Multi-armed bandits

Action-value estimation

The action-value function usually can be updated according to below equation:

$Q_{new}(A) \gets Q_{old}(A) + \alpha_{n}[Q_{target}(A) - Q_{old}(A)]$

The learning rate $\alpha_n$ here has been treated as the function w.r.t. update times $n$ .

$Q_{new}(A)$ can converge when below two conditions are satisfied.

$\sum_{n=1}^\infty \alpha_n = \infty \\ \sum_{n=1}^\infty \alpha_n^2 < \infty$

The first condition is required to guarantee that the steps are large enough to eventually overcome any initial conditions or random fluctuations.

The second condition guarantees that eventually the steps become small enough to assure convergence.

Note that $\alpha$ usually is set to a constant in many practical RL problems, which violates the second condition. Hence, the $Q_{new}$ won’t converge. However, this actually can be a desirable property in highly nonstationary environment (i.e. the true state-value can be changed after sampling each time).

Several exploration strategies

$\epsilon$ -greedy
Upper confidence bound (UCB)

This method is adopted in recent AlphaGo monte carlo tree search.

The action will be taken according to below rule

$a = \mathop{\arg\min}_{a} [Q_t(a) + c \sqrt \frac{\ln t}{N_t(a)}]$

where $Q_t(a)$ is the action-value result at time step $t$ . $N_t(a)$ denotes the number of times that action $a$ has been selected prior to time $t$ .
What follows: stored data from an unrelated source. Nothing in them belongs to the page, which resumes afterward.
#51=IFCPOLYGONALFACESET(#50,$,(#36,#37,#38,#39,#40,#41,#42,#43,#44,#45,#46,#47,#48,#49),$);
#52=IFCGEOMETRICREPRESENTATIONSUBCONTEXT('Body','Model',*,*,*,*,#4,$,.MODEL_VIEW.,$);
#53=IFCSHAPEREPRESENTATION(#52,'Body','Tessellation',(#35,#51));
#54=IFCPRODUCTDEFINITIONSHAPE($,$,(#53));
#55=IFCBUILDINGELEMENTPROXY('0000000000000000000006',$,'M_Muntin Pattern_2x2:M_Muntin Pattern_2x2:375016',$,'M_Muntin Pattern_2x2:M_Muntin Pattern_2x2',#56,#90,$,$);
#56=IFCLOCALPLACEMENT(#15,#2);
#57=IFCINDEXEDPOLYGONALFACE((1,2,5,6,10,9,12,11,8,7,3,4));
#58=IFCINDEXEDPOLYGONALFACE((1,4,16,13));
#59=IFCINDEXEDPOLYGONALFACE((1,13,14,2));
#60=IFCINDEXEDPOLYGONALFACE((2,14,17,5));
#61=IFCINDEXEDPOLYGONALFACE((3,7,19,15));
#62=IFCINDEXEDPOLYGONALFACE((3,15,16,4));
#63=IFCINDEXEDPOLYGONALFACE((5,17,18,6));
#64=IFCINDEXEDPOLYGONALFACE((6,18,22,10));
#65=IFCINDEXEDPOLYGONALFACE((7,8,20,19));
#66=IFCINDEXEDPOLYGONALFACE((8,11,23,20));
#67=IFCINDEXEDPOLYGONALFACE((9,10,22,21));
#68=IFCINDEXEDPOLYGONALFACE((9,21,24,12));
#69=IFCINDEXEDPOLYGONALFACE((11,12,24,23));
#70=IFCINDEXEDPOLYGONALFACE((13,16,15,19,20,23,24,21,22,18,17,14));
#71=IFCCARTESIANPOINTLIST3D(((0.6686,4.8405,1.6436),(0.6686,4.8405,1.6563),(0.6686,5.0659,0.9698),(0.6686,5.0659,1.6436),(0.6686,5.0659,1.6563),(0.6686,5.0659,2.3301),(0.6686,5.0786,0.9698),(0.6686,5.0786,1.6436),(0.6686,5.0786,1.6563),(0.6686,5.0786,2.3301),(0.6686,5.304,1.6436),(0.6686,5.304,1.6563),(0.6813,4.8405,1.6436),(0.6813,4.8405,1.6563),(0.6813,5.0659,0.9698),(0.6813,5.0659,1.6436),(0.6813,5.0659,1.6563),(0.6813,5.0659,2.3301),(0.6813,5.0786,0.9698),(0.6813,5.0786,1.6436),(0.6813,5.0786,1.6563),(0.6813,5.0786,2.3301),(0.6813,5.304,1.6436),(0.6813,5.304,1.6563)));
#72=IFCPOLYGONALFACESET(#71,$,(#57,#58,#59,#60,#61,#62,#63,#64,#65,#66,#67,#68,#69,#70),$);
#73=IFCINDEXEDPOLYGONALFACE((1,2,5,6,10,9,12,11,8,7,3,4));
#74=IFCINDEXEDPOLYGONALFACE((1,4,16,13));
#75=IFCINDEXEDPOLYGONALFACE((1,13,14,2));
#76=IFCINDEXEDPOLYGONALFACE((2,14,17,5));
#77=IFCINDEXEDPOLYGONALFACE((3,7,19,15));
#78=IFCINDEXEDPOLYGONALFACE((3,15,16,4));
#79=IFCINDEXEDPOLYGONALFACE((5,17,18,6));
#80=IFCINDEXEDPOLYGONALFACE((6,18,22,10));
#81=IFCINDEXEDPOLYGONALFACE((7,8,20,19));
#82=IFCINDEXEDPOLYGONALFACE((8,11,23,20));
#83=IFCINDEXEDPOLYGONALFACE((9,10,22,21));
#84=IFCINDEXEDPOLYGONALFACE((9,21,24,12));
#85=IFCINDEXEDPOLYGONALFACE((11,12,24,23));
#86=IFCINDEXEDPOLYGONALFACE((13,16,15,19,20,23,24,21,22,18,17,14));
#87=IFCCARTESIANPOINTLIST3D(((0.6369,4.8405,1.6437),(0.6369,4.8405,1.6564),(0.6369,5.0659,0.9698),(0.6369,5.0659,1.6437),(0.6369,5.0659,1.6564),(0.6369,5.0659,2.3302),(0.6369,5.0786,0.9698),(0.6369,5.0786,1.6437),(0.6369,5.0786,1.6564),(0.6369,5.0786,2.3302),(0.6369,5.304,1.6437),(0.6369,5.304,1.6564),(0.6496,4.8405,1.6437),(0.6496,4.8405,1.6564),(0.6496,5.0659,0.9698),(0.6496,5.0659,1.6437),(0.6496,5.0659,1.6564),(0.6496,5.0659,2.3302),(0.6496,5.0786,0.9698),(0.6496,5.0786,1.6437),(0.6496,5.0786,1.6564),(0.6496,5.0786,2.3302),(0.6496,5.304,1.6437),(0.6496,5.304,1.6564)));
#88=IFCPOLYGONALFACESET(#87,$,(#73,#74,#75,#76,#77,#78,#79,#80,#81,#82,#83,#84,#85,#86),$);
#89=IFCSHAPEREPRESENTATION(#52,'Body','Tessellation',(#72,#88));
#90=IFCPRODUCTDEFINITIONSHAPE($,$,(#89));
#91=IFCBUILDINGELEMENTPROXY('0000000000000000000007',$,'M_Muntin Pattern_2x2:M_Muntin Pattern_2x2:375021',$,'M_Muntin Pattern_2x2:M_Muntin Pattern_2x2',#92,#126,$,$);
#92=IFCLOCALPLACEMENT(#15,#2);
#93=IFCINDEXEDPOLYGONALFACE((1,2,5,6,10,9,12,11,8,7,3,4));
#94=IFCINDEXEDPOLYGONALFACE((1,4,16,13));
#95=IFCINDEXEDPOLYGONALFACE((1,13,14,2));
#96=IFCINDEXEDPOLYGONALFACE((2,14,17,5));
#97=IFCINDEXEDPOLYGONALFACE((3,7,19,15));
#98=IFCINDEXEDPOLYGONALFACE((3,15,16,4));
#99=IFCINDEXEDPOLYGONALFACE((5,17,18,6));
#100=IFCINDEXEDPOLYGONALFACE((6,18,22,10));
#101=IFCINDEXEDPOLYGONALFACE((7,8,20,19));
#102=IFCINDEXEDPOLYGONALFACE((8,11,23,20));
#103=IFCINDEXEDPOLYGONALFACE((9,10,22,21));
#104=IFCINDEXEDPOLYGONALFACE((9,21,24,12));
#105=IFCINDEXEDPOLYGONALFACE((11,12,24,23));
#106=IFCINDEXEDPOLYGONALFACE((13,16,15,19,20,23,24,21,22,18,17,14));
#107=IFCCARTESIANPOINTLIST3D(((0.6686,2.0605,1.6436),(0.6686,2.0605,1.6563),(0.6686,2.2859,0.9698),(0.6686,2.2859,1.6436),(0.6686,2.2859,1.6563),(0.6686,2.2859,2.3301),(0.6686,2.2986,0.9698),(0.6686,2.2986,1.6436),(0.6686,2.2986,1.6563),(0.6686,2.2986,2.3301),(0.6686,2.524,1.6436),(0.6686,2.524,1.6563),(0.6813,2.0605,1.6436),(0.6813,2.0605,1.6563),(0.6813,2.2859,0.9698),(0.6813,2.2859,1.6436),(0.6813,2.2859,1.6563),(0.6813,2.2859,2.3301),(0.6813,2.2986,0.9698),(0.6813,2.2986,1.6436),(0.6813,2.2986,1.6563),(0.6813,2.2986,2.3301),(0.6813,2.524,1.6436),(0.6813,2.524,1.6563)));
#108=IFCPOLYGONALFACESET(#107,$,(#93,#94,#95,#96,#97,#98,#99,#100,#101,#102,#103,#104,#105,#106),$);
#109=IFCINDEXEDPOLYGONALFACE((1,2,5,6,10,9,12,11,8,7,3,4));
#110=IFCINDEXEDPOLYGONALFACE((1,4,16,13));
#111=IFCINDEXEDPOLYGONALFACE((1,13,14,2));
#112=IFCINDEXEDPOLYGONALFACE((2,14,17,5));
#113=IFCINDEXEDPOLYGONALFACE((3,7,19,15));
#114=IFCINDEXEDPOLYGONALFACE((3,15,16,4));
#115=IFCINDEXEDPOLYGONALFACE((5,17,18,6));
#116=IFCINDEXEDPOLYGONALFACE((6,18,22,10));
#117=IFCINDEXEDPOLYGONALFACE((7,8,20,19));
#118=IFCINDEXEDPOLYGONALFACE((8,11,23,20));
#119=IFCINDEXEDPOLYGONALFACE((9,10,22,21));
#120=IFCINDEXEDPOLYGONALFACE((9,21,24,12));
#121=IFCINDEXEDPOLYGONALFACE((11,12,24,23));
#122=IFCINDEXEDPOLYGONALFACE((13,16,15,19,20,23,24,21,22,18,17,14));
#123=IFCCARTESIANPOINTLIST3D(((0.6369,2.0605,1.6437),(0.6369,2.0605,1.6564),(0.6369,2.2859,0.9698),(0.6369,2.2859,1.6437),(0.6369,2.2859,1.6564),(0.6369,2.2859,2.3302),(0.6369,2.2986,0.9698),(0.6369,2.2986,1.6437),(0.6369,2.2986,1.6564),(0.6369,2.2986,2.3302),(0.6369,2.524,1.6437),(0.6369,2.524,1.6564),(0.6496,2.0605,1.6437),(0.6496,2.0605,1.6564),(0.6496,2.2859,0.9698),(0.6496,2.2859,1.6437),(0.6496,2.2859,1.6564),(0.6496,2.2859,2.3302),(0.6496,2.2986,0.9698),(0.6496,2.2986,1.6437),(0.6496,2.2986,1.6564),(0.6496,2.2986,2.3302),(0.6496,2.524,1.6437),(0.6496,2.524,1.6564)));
The idea of this action selection is that each time $a$ is selected, the uncertainty of action $a$ is presumbly reduced, and thus the probability of selecting $a$ will decrease.
Optimistic initial values

Setting a larger initial estimates can encourage exploring automatically in some special cases.
Gradient bandit algorithm

Directly define a numerical preference for each action selection.